Exercise aim: Read through the listing, and wherever a line holds the word "IFCRELDEFINESBYTYPE", return it.

** Opening Data records block **

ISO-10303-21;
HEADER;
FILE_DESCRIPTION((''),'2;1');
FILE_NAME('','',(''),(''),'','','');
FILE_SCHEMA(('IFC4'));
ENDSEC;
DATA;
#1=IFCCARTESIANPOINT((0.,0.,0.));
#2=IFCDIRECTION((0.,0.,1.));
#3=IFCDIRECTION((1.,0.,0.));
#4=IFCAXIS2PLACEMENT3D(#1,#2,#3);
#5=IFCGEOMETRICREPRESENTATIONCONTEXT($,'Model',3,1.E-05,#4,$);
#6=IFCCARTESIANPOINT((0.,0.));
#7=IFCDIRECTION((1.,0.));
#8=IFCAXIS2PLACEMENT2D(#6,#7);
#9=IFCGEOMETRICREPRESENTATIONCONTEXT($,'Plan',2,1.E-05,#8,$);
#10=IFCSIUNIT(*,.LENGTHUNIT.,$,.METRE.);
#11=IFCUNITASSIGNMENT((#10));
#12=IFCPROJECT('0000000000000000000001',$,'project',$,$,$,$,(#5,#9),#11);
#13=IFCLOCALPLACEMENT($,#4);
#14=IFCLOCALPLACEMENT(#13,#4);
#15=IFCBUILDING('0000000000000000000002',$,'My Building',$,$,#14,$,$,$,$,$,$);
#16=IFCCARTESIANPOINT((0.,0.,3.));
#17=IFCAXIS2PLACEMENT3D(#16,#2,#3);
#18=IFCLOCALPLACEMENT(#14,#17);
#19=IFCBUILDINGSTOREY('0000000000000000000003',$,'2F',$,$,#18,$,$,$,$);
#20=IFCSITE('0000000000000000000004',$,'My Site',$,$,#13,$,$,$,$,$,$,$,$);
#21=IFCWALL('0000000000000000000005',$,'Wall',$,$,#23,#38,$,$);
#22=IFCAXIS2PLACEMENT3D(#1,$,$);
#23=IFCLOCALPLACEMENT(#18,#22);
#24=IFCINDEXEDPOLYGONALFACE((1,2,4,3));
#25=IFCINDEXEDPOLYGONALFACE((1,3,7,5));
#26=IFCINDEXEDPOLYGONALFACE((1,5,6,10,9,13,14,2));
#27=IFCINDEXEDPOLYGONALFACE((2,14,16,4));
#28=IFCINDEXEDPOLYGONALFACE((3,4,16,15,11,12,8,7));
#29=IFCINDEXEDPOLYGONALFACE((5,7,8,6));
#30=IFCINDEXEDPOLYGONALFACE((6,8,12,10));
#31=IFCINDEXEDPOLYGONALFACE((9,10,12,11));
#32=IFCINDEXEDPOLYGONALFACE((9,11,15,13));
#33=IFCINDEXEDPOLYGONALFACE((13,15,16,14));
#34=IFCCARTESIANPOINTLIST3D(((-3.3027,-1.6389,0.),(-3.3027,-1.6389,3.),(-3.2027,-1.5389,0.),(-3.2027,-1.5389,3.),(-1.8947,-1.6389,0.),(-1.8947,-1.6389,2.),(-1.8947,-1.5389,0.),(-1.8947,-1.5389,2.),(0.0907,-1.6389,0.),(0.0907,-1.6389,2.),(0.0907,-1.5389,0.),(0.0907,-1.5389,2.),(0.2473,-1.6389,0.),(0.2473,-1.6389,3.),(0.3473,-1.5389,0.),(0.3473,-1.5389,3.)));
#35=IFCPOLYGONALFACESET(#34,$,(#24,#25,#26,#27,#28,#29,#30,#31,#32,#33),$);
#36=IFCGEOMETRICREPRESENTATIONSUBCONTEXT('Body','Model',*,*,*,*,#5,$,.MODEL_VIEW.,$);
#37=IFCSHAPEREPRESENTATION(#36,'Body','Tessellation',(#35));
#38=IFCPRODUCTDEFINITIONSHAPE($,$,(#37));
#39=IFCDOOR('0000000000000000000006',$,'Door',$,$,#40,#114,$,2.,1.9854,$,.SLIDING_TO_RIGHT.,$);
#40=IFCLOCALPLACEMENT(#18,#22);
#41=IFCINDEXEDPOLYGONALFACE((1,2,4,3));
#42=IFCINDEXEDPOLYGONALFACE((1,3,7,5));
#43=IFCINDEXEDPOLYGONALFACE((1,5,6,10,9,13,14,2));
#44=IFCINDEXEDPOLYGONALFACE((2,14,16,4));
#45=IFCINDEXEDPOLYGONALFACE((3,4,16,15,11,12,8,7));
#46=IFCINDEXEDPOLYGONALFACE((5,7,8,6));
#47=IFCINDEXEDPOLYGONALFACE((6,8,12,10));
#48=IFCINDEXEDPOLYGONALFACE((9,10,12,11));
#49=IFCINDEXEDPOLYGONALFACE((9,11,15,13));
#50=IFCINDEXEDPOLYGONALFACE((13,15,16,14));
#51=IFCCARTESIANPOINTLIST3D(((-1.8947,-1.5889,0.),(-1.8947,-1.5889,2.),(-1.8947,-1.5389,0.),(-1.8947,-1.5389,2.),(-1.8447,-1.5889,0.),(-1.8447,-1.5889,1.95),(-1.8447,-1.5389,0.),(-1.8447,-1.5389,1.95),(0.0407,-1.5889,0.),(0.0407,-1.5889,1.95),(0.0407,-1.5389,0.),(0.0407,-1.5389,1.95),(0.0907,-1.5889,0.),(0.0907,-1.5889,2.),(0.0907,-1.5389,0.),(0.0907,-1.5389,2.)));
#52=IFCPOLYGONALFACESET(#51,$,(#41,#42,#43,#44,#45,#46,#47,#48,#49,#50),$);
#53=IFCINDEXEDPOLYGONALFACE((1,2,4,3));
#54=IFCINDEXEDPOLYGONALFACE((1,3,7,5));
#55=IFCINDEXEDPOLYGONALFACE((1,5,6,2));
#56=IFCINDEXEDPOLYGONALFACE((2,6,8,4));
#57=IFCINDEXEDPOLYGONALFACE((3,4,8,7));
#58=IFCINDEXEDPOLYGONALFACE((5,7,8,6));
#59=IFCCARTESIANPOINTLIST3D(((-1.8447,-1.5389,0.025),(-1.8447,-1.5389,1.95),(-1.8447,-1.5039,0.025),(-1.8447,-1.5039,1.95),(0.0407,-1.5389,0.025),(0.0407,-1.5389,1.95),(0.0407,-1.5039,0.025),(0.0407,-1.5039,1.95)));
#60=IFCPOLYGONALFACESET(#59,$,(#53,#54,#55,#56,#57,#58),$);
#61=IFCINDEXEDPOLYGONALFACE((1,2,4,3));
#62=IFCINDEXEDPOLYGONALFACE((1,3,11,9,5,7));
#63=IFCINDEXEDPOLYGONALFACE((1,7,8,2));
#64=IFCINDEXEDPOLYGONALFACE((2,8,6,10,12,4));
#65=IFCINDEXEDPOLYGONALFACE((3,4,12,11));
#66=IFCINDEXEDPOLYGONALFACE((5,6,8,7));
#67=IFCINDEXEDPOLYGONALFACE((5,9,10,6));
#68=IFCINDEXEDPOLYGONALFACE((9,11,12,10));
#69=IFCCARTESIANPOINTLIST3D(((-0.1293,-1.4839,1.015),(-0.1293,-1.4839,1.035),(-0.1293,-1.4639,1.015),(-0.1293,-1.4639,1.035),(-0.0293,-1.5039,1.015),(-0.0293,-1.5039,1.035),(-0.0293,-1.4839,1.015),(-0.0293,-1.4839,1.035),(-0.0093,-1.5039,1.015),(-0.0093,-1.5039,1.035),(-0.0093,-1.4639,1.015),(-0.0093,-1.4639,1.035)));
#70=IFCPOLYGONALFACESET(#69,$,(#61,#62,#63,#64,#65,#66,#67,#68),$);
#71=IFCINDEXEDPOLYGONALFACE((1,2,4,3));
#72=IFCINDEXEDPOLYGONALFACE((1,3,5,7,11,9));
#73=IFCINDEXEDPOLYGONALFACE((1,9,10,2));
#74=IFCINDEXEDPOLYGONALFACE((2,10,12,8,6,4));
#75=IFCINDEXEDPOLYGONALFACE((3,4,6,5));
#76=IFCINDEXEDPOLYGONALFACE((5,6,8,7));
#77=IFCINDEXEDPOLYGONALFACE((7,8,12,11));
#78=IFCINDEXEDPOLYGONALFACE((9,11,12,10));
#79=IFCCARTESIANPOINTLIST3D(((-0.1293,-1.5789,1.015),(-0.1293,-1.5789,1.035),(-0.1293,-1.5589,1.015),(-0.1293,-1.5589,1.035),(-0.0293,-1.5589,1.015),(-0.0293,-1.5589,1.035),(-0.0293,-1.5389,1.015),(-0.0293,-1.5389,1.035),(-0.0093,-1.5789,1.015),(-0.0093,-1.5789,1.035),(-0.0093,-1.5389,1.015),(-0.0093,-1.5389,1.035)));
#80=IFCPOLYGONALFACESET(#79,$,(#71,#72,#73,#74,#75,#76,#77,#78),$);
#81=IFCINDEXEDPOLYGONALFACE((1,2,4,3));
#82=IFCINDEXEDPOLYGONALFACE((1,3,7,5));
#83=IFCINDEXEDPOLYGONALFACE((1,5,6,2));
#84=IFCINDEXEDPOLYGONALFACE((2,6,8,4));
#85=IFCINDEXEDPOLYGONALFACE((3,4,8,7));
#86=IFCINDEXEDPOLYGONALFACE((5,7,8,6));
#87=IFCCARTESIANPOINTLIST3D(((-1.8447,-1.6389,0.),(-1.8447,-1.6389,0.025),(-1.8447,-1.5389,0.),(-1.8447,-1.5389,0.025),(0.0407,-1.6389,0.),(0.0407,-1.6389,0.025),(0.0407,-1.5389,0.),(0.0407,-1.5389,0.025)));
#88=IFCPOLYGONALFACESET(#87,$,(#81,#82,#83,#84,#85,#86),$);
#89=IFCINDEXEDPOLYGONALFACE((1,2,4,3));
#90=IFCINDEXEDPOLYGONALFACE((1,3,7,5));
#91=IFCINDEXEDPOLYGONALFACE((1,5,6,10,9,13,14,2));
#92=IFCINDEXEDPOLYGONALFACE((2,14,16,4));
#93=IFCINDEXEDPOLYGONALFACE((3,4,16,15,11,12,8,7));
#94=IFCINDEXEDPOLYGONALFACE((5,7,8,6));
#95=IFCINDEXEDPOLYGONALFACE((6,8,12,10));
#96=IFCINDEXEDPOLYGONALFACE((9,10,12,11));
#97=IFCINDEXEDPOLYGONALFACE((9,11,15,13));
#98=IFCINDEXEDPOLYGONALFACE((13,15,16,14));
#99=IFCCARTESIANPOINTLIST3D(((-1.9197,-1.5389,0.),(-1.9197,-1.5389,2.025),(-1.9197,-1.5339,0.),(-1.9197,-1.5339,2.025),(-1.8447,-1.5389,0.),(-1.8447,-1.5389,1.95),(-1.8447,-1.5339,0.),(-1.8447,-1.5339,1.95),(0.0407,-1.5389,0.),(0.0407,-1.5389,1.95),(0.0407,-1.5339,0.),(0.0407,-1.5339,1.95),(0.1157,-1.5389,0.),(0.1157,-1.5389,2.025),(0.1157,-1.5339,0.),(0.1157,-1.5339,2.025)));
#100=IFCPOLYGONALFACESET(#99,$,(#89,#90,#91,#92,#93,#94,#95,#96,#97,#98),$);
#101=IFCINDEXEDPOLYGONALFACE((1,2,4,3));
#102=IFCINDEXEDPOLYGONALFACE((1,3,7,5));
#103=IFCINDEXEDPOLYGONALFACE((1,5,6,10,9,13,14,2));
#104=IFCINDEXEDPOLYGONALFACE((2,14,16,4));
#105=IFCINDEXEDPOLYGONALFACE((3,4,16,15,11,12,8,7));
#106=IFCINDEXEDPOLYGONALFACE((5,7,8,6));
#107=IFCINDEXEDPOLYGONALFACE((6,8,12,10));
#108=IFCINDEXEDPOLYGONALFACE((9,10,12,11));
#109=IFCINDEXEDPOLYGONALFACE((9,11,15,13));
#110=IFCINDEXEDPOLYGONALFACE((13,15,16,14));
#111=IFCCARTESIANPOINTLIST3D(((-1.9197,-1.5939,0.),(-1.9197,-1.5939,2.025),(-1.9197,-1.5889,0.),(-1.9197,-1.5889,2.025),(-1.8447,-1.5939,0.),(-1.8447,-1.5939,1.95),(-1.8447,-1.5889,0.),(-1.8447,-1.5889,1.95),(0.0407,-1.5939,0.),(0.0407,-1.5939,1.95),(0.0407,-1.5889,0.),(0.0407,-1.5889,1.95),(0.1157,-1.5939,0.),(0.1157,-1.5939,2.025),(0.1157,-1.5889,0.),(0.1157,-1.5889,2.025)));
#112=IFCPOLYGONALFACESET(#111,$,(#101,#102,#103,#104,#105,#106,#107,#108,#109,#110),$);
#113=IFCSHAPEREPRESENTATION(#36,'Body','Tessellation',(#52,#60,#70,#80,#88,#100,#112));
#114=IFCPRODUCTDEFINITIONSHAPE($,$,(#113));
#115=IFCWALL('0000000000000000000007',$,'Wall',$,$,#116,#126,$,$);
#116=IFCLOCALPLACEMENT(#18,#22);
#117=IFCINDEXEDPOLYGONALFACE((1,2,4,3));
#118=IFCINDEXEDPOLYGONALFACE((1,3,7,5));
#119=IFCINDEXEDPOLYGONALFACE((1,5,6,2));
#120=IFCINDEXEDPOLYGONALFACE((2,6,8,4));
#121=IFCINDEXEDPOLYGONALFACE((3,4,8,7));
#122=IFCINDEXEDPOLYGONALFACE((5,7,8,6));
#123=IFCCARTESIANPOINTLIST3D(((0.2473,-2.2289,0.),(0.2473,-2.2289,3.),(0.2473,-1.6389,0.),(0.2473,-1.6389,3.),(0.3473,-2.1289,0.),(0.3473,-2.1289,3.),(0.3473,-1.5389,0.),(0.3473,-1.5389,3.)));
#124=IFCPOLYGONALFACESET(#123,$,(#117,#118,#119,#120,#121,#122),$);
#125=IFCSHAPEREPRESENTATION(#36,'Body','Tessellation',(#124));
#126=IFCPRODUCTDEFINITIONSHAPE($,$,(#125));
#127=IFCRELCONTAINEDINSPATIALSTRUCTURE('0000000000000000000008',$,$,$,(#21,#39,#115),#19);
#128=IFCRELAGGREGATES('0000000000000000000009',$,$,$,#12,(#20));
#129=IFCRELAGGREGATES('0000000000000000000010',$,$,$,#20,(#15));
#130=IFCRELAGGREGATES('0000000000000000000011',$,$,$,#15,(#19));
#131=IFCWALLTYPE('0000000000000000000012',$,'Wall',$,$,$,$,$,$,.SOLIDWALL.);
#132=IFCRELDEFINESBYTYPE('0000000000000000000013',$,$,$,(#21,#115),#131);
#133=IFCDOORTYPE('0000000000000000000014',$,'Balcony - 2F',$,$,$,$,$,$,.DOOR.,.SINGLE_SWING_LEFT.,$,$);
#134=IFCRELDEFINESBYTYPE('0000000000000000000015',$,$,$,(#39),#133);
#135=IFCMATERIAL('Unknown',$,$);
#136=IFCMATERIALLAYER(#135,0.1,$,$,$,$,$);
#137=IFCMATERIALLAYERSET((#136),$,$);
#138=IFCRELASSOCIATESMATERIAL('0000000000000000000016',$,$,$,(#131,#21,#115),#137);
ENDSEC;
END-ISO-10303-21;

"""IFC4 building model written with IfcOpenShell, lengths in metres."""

from ifc_helpers import new_model, entity, si_unit, frame, origin_with_axes, origin_2d_with_axis, place, context, subcontext, project, spatial, line, indexed_curve, outline, extrude, shape, source, transform, mapped, material, layer, layer_set, layer_usage, type_object, type_shapes, element, fill, save


model = new_model("IFC4")

# Units and contexts
model_context = context("Model", 3, precision=1e-05, world=origin_with_axes())
plan_context = context("Plan", 2, precision=1e-05, world=origin_2d_with_axis())
body_context_1 = subcontext(model_context, "Body", "Model", "MODEL_VIEW")
body_context_2 = subcontext(plan_context, "Body", "Plan", "PLAN_VIEW")
ifc_project = project(units=[si_unit("LENGTHUNIT", "METRE")], contexts=[model_context, plan_context])

# Site, building, storey
site_placement = place(None, origin_with_axes())
site = spatial("IfcSite", under=ifc_project, at=site_placement, Name="My Site")
building_placement = place(site_placement, origin_with_axes())
building = spatial("IfcBuilding", under=site, at=building_placement, Name="My Building")
storey_placement = place(building_placement, frame((0.0, 0.0, 3.0), z_axis=(0.0, 0.0, 1.0), x_axis=(1.0, 0.0, 0.0)))
storey = spatial("IfcBuildingStorey", under=building, at=storey_placement, Name="2F")

# Shared definitions
ifc_material = material(Name="Unknown")
ifc_layer = layer(ifc_material, 0.1)
ifc_layer_set = layer_set([ifc_layer])
wall_type = type_object("IfcWallType", Name="Wall", PredefinedType="SOLIDWALL", material=ifc_layer_set)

** Closing Data records block **

Task answer:
#132=IFCRELDEFINESBYTYPE('0000000000000000000013',$,$,$,(#21,#115),#131);
#134=IFCRELDEFINESBYTYPE('0000000000000000000015',$,$,$,(#39),#133);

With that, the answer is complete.